8. Question: As an ISAS or a SUDA, do I have to get my CADC?
Answer: No.
The initial thought behind the ISAS was providing a means towards obtaining the CADC, and it is encouraged to do so, however, with these changes it isn’t a requirement.

9. Question: Does the ISAS qualify under the nationally recognized standards under ICRC. Will the SUDA be under ICRC?
Answer: No. The ISAS and the SUDA is an Idaho certification and does not fall under the reciprocity through ICRC.

10. Question: Do I have to do anything different when I go to renew my ISAS?
Answer: No. The transition to SUDA will be an automatic transition and will occur when you submit your renewal application. Rather than receiving a certificate with ISAS as the credential, it will have SUDA. In addition, new applications will be for the SUDA rather than the ISAS starting July 1, 2020.

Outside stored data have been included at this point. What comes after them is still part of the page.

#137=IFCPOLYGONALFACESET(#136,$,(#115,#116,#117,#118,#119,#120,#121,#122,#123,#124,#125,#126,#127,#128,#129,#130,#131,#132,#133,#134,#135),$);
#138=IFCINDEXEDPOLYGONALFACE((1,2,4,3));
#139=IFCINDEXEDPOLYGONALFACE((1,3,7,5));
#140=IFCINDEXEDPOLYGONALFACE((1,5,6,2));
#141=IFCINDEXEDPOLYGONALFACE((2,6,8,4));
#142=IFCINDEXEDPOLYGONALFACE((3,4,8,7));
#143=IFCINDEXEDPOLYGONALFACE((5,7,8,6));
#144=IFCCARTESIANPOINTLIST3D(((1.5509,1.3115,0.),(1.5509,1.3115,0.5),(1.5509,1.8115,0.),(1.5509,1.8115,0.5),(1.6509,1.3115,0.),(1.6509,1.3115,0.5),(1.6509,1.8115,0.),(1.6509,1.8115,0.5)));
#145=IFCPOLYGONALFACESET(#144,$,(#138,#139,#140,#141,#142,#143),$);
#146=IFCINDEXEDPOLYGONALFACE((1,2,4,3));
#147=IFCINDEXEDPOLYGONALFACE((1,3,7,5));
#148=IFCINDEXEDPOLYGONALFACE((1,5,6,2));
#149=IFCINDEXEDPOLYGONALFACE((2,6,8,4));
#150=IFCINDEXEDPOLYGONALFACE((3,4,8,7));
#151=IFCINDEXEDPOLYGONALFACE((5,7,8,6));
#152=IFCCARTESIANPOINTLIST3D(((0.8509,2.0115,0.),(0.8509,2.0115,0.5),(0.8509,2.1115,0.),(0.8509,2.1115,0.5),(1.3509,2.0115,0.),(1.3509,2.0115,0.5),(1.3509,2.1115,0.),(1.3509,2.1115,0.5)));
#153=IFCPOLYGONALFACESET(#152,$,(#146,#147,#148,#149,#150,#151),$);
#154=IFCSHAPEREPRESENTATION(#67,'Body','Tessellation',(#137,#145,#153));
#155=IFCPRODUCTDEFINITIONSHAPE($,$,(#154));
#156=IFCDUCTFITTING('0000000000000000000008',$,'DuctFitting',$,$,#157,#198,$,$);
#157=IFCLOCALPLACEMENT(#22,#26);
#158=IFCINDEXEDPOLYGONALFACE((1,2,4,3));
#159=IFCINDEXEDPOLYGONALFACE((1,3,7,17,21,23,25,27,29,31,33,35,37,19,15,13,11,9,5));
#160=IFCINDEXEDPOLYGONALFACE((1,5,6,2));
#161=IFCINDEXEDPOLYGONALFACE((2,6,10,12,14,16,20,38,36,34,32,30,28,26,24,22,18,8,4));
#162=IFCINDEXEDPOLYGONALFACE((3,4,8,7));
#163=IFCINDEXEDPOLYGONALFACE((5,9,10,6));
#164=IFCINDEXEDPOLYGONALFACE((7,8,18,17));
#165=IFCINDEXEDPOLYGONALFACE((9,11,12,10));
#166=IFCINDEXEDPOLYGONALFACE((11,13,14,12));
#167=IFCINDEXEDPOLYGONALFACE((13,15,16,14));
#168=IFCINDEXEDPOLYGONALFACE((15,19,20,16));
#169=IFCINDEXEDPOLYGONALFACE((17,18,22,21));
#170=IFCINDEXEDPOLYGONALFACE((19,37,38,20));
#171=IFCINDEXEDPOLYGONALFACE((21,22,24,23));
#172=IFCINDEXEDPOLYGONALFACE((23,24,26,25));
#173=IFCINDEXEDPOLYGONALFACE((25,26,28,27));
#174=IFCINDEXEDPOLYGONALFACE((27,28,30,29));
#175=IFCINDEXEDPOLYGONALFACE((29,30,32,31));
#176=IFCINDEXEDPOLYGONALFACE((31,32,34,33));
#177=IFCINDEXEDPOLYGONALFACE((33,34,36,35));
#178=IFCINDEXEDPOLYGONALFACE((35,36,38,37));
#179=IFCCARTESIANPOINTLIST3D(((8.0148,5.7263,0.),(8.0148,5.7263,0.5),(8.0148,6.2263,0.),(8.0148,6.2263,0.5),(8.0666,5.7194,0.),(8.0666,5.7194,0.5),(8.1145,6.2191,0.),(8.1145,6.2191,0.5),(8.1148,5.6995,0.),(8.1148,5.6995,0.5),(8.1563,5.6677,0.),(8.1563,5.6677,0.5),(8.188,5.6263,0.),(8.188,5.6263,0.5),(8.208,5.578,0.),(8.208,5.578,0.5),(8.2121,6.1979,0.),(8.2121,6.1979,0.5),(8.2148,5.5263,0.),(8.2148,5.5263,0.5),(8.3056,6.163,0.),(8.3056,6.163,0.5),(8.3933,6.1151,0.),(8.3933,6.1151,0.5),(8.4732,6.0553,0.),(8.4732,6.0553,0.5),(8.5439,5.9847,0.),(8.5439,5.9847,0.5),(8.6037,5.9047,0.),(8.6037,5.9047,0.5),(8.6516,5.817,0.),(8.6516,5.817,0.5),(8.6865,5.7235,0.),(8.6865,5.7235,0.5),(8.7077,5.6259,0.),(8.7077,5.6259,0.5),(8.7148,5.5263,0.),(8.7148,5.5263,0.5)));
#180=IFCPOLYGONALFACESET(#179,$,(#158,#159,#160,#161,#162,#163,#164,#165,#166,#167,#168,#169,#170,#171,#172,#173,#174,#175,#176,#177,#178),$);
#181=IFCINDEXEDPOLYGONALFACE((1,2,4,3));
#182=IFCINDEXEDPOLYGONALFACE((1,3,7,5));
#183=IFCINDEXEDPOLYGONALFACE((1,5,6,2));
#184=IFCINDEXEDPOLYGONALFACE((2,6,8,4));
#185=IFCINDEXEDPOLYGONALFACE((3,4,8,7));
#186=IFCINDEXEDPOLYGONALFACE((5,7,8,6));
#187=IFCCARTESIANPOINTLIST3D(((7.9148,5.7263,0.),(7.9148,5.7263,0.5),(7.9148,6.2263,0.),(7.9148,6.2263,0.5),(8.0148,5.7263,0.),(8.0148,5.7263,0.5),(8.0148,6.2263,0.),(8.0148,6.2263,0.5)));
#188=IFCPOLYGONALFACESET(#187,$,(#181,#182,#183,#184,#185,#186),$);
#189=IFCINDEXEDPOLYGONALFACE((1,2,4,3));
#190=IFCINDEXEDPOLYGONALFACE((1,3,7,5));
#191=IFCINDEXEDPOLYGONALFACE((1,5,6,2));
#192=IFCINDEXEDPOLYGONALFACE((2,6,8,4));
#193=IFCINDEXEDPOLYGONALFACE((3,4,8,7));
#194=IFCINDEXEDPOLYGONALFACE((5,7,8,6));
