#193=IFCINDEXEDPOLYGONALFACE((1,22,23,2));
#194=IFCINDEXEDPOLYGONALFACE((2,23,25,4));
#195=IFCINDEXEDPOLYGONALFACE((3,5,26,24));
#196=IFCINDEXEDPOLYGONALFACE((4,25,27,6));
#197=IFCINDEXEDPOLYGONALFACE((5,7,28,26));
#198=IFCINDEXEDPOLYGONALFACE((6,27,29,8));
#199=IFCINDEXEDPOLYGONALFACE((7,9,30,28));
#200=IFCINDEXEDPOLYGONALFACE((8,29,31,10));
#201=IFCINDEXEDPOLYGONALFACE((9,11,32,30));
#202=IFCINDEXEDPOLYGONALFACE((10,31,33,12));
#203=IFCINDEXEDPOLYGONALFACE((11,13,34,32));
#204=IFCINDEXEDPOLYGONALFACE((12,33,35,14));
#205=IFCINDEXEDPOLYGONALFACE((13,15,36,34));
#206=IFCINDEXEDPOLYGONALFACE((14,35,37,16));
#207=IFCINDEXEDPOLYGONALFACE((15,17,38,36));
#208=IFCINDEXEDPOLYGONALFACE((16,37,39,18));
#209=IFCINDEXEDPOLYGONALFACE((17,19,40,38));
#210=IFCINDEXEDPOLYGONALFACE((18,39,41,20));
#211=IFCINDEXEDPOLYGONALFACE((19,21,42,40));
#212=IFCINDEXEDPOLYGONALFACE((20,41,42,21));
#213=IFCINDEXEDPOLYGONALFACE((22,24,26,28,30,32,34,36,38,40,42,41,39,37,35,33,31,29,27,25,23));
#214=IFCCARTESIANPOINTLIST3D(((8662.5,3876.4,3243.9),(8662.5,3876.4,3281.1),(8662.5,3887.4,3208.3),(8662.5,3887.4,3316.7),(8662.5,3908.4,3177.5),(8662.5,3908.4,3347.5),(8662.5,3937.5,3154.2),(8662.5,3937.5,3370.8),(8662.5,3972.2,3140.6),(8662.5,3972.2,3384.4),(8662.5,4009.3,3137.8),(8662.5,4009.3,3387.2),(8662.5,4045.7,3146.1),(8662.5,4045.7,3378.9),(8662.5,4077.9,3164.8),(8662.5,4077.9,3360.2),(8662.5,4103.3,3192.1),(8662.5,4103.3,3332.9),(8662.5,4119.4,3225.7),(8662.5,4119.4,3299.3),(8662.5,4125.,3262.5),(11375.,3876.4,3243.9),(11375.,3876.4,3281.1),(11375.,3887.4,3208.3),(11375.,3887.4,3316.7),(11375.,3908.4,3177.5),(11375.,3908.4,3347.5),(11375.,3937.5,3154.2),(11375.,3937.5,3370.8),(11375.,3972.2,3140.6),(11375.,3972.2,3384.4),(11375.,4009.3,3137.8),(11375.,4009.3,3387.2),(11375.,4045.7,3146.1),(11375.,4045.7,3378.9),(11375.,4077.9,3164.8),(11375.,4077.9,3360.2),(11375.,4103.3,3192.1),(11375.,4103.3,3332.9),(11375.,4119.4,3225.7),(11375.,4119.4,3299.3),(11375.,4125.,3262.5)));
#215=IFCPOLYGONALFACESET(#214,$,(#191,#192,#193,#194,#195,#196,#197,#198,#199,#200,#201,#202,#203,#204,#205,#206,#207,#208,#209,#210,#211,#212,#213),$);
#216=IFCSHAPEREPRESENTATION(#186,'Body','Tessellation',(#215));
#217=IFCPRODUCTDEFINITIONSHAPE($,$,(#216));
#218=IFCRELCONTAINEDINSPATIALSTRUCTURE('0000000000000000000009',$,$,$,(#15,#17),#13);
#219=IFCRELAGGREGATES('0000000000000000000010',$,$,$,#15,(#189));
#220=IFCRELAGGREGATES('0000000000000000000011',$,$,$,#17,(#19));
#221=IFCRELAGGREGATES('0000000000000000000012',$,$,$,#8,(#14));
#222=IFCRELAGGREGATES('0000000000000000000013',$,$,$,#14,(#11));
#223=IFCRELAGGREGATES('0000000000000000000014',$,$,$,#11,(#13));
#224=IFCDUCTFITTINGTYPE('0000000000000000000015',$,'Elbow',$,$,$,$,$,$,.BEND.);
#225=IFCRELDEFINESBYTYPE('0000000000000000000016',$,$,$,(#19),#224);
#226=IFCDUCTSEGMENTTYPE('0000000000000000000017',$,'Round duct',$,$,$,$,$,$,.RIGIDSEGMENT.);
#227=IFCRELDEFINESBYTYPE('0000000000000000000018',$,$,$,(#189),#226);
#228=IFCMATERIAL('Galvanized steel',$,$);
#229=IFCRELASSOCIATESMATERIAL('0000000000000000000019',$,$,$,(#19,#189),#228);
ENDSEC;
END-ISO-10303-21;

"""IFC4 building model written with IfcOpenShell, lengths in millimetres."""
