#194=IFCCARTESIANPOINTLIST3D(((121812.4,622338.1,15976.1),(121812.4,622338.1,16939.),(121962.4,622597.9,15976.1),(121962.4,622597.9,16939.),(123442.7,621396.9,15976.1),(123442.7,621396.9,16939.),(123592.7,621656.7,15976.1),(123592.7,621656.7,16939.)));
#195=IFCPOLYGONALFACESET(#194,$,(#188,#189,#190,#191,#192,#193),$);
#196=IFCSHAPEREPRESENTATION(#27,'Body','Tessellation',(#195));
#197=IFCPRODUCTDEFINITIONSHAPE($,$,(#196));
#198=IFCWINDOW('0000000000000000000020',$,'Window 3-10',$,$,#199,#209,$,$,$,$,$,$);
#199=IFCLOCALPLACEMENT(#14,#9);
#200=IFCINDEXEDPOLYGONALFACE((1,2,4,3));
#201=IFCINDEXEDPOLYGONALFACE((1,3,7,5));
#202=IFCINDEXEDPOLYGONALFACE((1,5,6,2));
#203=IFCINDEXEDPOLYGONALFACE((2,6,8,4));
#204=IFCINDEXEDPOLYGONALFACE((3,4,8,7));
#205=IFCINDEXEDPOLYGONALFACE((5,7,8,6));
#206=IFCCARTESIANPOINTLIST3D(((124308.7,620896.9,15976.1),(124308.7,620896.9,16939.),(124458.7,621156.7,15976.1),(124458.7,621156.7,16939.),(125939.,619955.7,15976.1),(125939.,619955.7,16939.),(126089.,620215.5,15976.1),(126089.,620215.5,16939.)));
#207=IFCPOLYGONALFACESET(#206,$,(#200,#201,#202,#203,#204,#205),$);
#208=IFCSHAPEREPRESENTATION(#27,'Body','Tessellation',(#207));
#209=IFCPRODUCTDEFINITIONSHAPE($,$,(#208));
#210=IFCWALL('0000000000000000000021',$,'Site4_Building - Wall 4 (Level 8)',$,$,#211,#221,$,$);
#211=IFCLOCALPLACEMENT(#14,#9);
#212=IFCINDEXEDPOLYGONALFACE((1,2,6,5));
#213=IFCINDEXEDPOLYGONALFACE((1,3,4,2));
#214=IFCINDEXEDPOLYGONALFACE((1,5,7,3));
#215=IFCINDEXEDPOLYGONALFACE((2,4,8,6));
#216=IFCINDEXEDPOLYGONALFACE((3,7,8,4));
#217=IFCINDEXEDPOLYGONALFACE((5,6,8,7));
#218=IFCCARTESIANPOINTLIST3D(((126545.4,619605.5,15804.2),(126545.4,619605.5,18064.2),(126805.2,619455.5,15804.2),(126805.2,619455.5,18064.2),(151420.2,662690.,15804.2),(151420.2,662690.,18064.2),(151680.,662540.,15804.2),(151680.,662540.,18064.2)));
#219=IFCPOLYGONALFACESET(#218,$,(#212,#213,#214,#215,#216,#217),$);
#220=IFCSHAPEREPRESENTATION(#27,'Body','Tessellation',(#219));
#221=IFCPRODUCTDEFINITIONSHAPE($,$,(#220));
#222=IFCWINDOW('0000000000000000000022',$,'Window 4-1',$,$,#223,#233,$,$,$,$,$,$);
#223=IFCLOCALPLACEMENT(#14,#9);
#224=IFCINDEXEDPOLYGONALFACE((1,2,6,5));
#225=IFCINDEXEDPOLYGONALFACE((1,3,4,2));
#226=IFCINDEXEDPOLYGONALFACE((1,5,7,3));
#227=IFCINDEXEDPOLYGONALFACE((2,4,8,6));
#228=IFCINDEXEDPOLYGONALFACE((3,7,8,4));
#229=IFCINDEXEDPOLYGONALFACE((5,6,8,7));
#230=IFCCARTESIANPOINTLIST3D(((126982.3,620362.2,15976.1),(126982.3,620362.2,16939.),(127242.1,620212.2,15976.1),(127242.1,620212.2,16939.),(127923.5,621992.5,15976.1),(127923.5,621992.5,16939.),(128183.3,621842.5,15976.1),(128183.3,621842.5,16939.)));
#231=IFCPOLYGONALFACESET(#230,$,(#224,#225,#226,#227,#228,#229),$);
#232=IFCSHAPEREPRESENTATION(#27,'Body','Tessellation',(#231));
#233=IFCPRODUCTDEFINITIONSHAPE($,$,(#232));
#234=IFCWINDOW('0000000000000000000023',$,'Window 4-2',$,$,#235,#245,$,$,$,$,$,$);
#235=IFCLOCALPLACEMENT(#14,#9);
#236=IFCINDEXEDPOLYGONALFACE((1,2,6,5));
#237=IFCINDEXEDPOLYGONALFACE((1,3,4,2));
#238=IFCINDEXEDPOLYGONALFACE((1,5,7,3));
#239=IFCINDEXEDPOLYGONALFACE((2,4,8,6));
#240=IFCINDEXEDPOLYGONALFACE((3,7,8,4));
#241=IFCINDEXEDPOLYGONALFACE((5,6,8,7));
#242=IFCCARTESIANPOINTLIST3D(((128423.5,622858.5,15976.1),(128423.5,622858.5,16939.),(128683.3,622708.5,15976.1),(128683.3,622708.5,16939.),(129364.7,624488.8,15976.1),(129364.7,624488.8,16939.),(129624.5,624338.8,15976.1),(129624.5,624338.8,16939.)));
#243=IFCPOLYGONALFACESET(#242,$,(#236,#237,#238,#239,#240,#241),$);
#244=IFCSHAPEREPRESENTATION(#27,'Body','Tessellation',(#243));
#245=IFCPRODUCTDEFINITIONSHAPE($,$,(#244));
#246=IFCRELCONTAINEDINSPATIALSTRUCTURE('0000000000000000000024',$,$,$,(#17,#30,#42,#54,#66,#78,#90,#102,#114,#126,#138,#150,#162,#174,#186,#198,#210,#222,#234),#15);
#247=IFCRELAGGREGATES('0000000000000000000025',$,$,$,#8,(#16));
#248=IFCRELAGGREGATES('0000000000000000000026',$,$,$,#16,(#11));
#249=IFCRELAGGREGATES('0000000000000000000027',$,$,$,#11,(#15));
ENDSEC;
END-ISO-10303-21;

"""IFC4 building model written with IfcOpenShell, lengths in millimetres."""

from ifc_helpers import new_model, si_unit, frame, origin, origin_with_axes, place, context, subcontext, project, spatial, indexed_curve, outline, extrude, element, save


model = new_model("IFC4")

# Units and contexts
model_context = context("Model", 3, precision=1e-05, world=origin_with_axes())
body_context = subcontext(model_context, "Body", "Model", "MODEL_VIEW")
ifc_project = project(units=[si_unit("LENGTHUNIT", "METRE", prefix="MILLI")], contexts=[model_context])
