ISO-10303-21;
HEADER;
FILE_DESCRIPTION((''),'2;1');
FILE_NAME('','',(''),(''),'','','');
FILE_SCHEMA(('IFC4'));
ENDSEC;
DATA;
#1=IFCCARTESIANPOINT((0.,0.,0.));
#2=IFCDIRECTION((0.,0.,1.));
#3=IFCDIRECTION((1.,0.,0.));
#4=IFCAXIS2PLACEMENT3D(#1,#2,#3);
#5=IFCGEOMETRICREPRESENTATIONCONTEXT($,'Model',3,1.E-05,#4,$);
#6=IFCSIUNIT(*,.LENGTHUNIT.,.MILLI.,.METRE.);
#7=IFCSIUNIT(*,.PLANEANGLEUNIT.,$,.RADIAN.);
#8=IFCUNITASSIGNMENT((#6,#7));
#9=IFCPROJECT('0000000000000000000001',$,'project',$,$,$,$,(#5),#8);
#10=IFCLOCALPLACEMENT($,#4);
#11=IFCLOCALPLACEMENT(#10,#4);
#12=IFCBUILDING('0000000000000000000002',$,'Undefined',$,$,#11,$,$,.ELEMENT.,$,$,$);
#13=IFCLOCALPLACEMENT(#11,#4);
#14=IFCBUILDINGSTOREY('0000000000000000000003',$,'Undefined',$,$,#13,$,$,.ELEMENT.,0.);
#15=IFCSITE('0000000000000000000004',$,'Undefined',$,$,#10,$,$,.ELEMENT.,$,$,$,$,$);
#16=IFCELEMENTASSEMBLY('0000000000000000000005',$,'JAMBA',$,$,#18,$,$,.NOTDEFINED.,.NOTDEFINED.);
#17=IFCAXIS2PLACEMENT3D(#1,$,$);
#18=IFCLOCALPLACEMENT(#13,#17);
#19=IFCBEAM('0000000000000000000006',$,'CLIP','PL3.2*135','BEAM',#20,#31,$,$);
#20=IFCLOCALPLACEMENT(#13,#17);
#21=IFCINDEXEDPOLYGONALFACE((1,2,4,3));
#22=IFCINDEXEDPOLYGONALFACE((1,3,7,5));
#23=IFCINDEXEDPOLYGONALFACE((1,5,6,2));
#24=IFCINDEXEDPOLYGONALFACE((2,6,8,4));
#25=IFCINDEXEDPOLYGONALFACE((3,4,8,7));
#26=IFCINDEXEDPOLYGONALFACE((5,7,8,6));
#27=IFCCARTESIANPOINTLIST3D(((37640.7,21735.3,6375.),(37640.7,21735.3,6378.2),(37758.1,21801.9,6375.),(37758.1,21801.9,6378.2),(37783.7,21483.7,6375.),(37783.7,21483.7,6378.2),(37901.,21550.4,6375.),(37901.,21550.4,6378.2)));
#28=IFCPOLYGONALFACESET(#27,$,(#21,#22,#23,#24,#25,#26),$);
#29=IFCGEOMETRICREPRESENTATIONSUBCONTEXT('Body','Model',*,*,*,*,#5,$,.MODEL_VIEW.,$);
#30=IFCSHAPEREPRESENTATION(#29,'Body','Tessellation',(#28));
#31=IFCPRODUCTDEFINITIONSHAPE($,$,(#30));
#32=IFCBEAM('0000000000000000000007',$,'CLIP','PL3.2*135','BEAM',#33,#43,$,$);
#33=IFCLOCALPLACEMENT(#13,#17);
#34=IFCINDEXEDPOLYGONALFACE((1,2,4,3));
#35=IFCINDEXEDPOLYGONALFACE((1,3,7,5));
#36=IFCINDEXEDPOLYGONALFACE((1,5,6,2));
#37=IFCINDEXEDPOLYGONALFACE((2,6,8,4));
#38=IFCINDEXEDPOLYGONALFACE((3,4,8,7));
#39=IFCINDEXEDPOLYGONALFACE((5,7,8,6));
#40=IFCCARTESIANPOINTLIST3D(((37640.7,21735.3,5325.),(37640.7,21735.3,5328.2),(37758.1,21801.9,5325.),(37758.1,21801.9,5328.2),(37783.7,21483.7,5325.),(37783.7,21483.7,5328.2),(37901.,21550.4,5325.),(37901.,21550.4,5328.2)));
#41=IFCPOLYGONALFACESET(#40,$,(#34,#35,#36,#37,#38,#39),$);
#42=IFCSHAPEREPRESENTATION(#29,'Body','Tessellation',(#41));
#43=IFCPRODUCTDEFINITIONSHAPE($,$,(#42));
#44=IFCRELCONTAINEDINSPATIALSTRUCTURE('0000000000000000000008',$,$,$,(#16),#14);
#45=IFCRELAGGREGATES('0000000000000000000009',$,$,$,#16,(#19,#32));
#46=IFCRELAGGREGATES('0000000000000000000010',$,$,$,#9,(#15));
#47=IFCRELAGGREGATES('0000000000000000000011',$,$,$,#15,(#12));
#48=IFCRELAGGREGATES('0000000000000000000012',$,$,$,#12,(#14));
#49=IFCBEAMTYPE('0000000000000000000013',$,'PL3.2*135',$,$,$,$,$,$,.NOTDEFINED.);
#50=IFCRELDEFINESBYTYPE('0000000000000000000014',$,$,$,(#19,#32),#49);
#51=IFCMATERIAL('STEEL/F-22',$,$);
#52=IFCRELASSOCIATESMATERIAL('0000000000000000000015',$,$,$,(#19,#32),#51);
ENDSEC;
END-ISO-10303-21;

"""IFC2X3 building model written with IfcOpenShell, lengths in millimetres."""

from ifc_helpers import new_model, si_unit, frame, origin_with_axes, origin_2d_with_axis, place, context, subcontext, project, spatial, rectangle, extrude, material, type_object, element, aggregate, save


model = new_model("IFC2X3")

# Units and contexts
model_context = context("Model", 3, precision=1e-05, world=origin_with_axes())
body_context = subcontext(model_context, "Body", "Model", "MODEL_VIEW")
ifc_project = project(units=[si_unit("LENGTHUNIT", "METRE", prefix="MILLI"), si_unit("PLANEANGLEUNIT", "RADIAN")], contexts=[model_context])

# Site, building, storey
site_placement = place(None, origin_with_axes())
site = spatial("IfcSite", under=ifc_project, at=site_placement, Name="Undefined", CompositionType="ELEMENT")
building_placement = place(site_placement, origin_with_axes())
building = spatial("IfcBuilding", under=site, at=building_placement, Name="Undefined", CompositionType="ELEMENT")
storey_placement = place(building_placement, origin_with_axes())
storey = spatial("IfcBuildingStorey", under=building, at=storey_placement, Name="Undefined", CompositionType="ELEMENT", Elevation=0.0)

# Element assembly, beams
assembly_1_placement = place(storey_placement, origin_with_axes())
assembly_1 = element("IfcElementAssembly", 1, at=assembly_1_placement, inside=storey, Name="JAMBA", AssemblyPlace="NOTDEFINED", PredefinedType="NOTDEFINED")
ifc_material_1 = material(Name="STEEL/F-22")
beam_type_1 = type_object("IfcBeamType", Name="PL3.2*135", PredefinedType="NOTDEFINED")
beam_1_placement = place(assembly_1_placement, frame((37842.3, 21517.0, 6376.6), z_axis=(-0.869495, -0.493942, 0.0), x_axis=(-0.493942, 0.869495, 0.0)))
beam_1 = element("IfcBeam", 2, at=beam_1_placement, type_object=beam_type_1, material=ifc_material_1, Name="CLIP", Description="PL3.2*135", ObjectType="BEAM", context=body_context, shape_type="SweptSolid", body=[
    extrude(rectangle(XDim=3.2, YDim=135.0, at=origin_2d_with_axis()), frame((289.3, 0.0, 0.0), z_axis=(-1.0, 0.0, 0.0), x_axis=(0.0, -1.0, 0.0)), (0.0, 0.0, 1.0), 289.3),
])
beam_2_placement = place(assembly_1_placement, frame((37842.3, 21517.0, 5326.6), z_axis=(-0.869495, -0.493942, 0.0), x_axis=(-0.493942, 0.869495, 0.0)))
beam_2 = element("IfcBeam", 3, at=beam_2_placement, type_object=beam_type_1, material=ifc_material_1, Name="CLIP", Description="PL3.2*135", ObjectType="BEAM", context=body_context, shape_type="SweptSolid", body=[
    extrude(rectangle(XDim=3.2, YDim=135.0, at=origin_2d_with_axis()), frame((289.3, 0.0, 0.0), z_axis=(-1.0, 0.0, 0.0), x_axis=(0.0, -1.0, 0.0)), (0.0, 0.0, 1.0), 289.3),
])
aggregate(assembly_1, [beam_1, beam_2])

save(model, "model.ifc")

11. Question: Is there a limit to the number of times I can renew as a SUDA?
Answer: No.
There is no limit to number of renewals. By going to the BS degree for the CADC and transitioning from the title ISAS to SUDA, supports having a SUDA as a permanent credential.

12. Question: What about my supervision? Will I need to keep the same amount of supervision as I did under ISAS?
Answer: Yes.
To reaffirm, the only change between ISAS to SUDA is the title itself. The supervision requirements remain the same.

13. Question: Is there any change in the scope of practice?
Answer: No. The scope of practice for all certifications remains the same. The SUDA will have the same scope of practice as the ISAS.

14. Question: Will the state reimburse for services done as a SUDA?
Answer:
Good question. We have notified DHW, BPA Health and Optum regarding the change. We have been informed that adding the SUDA to the Idaho code will be an easy change and occur during the time legislation meets.

15. Question: I still have some questions that weren’t covered. Where should I send those?
Answer:
I’m glad you asked. If you have any other questions that may have been overlooked, please send those to our main email address ibadcc@ibadcc.org. We are also updating the FAQ section on our website to help with some of the more common questions see FAQs for CHANGES 2020

Sincerely,

IBADCC Board


 

 

May 1, 2019

* IMPORTANT NOTICE to all Recovery Coach Supervisors*

 To All Recovery Coach Supervisors,

In supporting Idaho’s efforts regarding background check requirements, all individuals serving in the Recovery Coach Supervisory capacity will need to complete an enhanced background check.  Please have your clearance letter from your enhanced background check submitted to IBADCC within 90 days of the date of this notification.  If your clearance letter is not received within the allotted time frame, your recovery coach supervisory status will be relinquished and a new Recovery Coach Supervision application will be required for consideration.   

If you have any questions, please contact us at your earliest convenience.

Sincerely,
Jim Meldrum, President


 

IBADCC Expands List of CEU Approving Organizations
All CEU education must be approved by IBADCC. Courses taken from nationally accredited colleges and universities must be documented with an official transcript. IBADCC accepts workshops or seminars approved by IC&RC, NAADAC, NASW, NBCC, SAMSHA, Idaho Department of Health and Welfare, Idaho Licensing Board (IBOL), Idaho state agencies, Idaho county agencies, federal government agencies, and substance abuse credentialing organizations in other states. Topics must be germane to the substance abuse counseling field.


 

IBADCC Application for Supervisors for CPRC and CRC.
Individuals that wish to supervise CPCR and CRC candidate hours must have applied to the IBADCC and been approved to be listed on the Recovery Coach Supervisor List. Supervisor registry request forms are found under the "Certification" tab on this website.